**TASK ITEM**.
Copy out each line of the material that includes the word "LongName".

*** Opening EXTRACTED MATERIAL ***

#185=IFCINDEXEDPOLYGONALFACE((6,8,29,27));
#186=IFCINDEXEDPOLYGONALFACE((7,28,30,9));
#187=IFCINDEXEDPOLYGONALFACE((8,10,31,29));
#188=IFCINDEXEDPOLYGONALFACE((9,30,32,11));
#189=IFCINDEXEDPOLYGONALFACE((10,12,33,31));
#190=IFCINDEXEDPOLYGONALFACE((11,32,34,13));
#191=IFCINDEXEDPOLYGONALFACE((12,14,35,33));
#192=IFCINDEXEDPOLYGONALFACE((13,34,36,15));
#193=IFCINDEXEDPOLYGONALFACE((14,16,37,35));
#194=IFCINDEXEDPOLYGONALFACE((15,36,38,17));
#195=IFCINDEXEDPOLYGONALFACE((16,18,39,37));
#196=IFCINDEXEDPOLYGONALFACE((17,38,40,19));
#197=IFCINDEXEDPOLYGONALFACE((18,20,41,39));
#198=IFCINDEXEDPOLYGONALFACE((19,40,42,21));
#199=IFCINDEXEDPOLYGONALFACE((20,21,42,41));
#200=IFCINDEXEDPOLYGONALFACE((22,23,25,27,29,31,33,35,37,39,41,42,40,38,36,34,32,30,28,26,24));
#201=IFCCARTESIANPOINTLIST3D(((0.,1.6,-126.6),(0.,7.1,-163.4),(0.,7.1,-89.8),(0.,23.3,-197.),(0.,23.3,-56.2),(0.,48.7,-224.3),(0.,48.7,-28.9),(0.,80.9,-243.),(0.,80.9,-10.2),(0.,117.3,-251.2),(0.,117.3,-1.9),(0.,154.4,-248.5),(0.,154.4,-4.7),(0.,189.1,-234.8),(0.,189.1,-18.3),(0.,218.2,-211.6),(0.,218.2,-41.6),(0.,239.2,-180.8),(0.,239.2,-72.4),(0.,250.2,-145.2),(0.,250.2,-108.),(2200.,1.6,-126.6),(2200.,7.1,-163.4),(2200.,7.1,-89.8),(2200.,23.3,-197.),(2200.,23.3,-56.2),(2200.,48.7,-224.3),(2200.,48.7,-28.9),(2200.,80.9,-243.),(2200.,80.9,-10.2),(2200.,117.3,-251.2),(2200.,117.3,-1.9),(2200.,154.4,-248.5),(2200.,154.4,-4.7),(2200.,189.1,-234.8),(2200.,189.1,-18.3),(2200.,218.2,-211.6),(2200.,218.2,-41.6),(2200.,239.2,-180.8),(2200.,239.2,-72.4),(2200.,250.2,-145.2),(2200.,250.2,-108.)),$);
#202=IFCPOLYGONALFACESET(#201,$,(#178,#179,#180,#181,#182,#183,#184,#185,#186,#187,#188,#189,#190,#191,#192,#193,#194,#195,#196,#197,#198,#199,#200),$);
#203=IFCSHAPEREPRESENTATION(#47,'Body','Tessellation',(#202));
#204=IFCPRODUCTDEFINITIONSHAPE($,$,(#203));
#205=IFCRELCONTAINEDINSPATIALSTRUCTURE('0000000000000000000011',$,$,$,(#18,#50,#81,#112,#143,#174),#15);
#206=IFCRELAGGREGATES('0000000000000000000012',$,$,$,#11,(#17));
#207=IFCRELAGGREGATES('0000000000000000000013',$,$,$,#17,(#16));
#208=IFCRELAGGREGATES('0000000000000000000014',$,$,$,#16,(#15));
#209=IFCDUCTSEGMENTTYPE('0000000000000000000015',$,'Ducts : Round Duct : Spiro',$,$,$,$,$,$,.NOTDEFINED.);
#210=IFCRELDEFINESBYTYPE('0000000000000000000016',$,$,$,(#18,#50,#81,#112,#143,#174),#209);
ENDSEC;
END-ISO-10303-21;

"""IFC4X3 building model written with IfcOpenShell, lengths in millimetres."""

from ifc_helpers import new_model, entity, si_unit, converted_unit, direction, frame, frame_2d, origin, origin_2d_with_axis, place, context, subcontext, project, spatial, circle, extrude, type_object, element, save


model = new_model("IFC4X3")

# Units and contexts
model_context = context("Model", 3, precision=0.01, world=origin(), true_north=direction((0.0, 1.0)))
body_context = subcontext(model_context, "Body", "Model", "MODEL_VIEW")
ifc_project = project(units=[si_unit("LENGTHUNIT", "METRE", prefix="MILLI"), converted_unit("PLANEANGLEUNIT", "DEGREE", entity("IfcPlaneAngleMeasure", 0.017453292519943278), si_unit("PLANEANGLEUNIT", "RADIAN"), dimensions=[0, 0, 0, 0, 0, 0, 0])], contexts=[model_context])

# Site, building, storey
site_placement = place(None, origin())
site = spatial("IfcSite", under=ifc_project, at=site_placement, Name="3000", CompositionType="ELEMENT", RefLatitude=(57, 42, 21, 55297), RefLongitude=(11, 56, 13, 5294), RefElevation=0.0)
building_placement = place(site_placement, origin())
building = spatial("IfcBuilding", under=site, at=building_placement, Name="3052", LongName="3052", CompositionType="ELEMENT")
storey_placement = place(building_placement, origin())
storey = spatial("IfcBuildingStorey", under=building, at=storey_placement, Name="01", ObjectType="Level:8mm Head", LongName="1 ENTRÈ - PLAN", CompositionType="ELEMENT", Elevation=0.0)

*** Closing EXTRACTED MATERIAL ***

**SOLUTION**.
building = spatial("IfcBuilding", under=site, at=building_placement, Name="3052", LongName="3052", CompositionType="ELEMENT")
storey = spatial("IfcBuildingStorey", under=building, at=storey_placement, Name="01", ObjectType="Level:8mm Head", LongName="1 ENTRÈ - PLAN", CompositionType="ELEMENT", Elevation=0.0)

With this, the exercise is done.